What is this animal?

These first three pictures my neighbor took about 13:30 this afternoon out his window into the back yard. He came right over to show us. I have been seeing something at night for just a second when I flip on the outside lights. It is about 24 inches at the shoulder, young, gawky but quick and very shy. Seems to be all legs like a colt. (forearm bone seems to be extra long) It does move well, just out of proportion.

Is it a American Thylacine? Half coyote/dog? Half wolf/dog? A combination of all four? ( kinky ) Looks like it could end up pretty big…

So, any ideas on what this could be? Ever seen anything like it?

We are trying for better pictures but …

He got the deer picture Monday.

Not knowing anything about American fauna, I’d guess a [young Jackal](http://images.google.com/images?q=young jackal).

A gray fox?

The tail’s wrong.
I’d say a feral dog.

I am guessing a Coywolf… Part wolf part Coyote… (it happens)

regards
FML

This is central Arkansas, not ruling out wolf stuff but real unlikely…

No jackals in the Us IIRC.

We have foxes here, this is twice as big. That long fore arm bone is throwing me…
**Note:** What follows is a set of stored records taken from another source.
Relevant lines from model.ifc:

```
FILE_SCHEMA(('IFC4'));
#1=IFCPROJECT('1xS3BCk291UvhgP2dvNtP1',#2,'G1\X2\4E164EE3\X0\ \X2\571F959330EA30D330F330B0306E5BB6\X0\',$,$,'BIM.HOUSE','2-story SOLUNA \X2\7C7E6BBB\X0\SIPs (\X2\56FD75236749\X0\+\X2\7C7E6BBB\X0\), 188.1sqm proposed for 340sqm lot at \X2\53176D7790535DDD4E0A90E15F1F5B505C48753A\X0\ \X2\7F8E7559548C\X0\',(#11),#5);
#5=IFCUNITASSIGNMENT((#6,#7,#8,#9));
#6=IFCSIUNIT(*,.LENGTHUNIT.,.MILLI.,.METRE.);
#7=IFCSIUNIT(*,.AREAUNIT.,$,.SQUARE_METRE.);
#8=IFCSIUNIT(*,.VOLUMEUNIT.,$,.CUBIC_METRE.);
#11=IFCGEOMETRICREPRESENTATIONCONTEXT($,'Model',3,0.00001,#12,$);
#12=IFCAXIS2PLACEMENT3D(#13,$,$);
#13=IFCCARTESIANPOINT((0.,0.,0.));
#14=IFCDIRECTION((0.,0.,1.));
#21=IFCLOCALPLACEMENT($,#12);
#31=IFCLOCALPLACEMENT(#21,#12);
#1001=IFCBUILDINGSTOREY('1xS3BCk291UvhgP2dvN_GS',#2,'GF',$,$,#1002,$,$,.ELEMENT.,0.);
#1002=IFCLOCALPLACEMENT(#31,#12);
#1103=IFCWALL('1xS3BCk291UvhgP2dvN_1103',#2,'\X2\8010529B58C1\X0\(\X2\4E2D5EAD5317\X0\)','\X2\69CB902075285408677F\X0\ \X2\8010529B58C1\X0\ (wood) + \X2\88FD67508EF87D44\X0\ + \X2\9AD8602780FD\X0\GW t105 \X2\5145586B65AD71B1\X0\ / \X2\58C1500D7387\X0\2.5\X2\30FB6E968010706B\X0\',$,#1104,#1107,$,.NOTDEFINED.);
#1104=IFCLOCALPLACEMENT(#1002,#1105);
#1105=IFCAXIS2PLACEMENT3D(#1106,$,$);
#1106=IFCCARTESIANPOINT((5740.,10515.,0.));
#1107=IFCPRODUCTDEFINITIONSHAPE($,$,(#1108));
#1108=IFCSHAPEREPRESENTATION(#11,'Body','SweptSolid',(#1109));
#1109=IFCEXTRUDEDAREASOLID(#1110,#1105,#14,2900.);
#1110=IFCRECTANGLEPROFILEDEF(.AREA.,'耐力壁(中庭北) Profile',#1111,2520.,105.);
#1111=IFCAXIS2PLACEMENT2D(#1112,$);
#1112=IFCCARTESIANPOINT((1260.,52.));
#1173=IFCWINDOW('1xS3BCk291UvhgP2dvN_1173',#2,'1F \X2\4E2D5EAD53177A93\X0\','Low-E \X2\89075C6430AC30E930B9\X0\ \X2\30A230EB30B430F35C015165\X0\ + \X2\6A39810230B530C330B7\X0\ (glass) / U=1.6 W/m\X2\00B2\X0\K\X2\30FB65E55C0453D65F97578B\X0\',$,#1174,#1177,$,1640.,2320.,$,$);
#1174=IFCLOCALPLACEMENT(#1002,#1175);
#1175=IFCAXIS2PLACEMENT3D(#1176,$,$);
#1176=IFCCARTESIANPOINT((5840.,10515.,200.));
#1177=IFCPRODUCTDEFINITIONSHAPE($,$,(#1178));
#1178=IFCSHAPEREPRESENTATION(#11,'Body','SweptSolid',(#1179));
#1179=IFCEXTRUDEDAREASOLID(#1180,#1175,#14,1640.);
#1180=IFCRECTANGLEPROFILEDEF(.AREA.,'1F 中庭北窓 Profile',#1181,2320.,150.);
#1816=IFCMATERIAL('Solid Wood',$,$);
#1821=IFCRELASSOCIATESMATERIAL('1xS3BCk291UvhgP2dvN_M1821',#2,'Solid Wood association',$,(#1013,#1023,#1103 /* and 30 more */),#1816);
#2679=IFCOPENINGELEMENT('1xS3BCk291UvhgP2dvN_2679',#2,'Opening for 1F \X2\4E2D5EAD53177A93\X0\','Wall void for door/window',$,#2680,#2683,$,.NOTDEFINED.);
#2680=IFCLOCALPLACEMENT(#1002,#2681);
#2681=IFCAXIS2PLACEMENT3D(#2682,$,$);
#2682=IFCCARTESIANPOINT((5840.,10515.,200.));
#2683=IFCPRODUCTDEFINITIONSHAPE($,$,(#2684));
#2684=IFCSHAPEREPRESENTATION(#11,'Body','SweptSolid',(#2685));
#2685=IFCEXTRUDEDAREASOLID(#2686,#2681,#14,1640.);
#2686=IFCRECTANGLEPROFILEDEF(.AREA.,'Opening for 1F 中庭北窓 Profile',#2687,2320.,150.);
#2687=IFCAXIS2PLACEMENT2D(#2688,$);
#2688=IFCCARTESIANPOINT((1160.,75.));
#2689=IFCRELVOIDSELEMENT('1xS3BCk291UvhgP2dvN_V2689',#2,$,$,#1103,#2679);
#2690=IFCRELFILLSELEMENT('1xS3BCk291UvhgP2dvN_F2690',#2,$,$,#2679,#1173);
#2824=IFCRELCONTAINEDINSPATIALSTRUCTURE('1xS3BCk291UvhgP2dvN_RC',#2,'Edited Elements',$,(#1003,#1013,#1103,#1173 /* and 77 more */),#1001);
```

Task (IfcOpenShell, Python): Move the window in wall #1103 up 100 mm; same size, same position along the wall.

```python
import numpy as np
import ifcopenshell
import ifcopenshell.api.geometry
import ifcopenshell.util.placement
import ifcopenshell.util.unit

model = ifcopenshell.open("model.ifc")
unit_scale = ifcopenshell.util.unit.calculate_unit_scale(model)

window = model.by_id(1173)
opening = window.FillsVoids[0].RelatingOpeningElement
dz = 0.1 / unit_scale

shift = np.array([0.0, 0.0, dz])
# The window is not placed relative to its opening, so move both.
for product in (opening, window):
    matrix = ifcopenshell.util.placement.get_local_placement(product.ObjectPlacement)
    matrix[:3, 3] += shift
    ifcopenshell.api.geometry.edit_object_placement(model, product=product, matrix=matrix, is_si=False)

print(f"moved by {dz * unit_scale:+.3f} m")

model.write("model_updated.ifc")
```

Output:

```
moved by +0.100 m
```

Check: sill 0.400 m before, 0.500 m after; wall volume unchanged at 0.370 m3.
I’d go with probably coydog, too. The tail does seem ‘brushier’ than is common for most domestic breeds. But at 24 inches, as an obviously adolescent animal, I think it’s too large to be pure coyote.

OTOH, given the popularity of wolf-hybrids with some [del]idiots[/del] ahem people, and the difficulties that many would-be owners have keeping them once they reach 3 years of age, I don’t think it’s possible to rule out a dog-wolf hybrid, either. I just think it’s less likely than a coydog.

Over thinking things.

Hard to say for sure but if we assume the simplest answer is probably the correct answer I’d guess an adolescent coyote.

Particularly since it is in Arkansas I think we can reject the Jackal answer. :slight_smile:

I think it must be a coyote. Check out this pic for comparison:

http://www.hickerphoto.com/data/media/40/coyote_puppy_sc74.jpg

Looks exactly like a few of the coyotes that lived around my former residence. Most were lighter colored but every so often you would see a darker version just like the one pictured.

Maybe it’s an illegal immigrant.

'Nuther voice chiming in for (skinny) coyote.

I used to see them on the far east side of Indianapolis, wandering around my old neighborhood.

I’ve seen gray foxes once or twice in the wild, the immediate impression is of an animal with very SHORT legs. Really, the things run like they are almost hobbled.

The OPs description and pictures indicate an animal with proportionately very long legs. My guess would be coyote.

Each year I judge a coyote hunt/chili cook off sponsored by a local bar. There is a big cash prize for the largest coyote, and the bar is concerned about somebody shooting a big dog and demanding the prize.

My differentiating a dog from a coyote is based on dental formula, so I cannot help with this case. :wink:

BTW, the event has been put on annually now for 5 years. The hunters typically return from the woods pretty liquored up. So far there been zero fatalities (hunters or coyotes). My payment is free booze and all the chili I care to consume.

Looks like a coyote to me.

Something about the ears and snout does not quite look coyote-ish, but I do think coyote is the best guess. They’re everywhere these days.

Good news all around.

Obviously, when you domesticate canis lupis, you end up with canis familiaris, or man’s best friend the dog.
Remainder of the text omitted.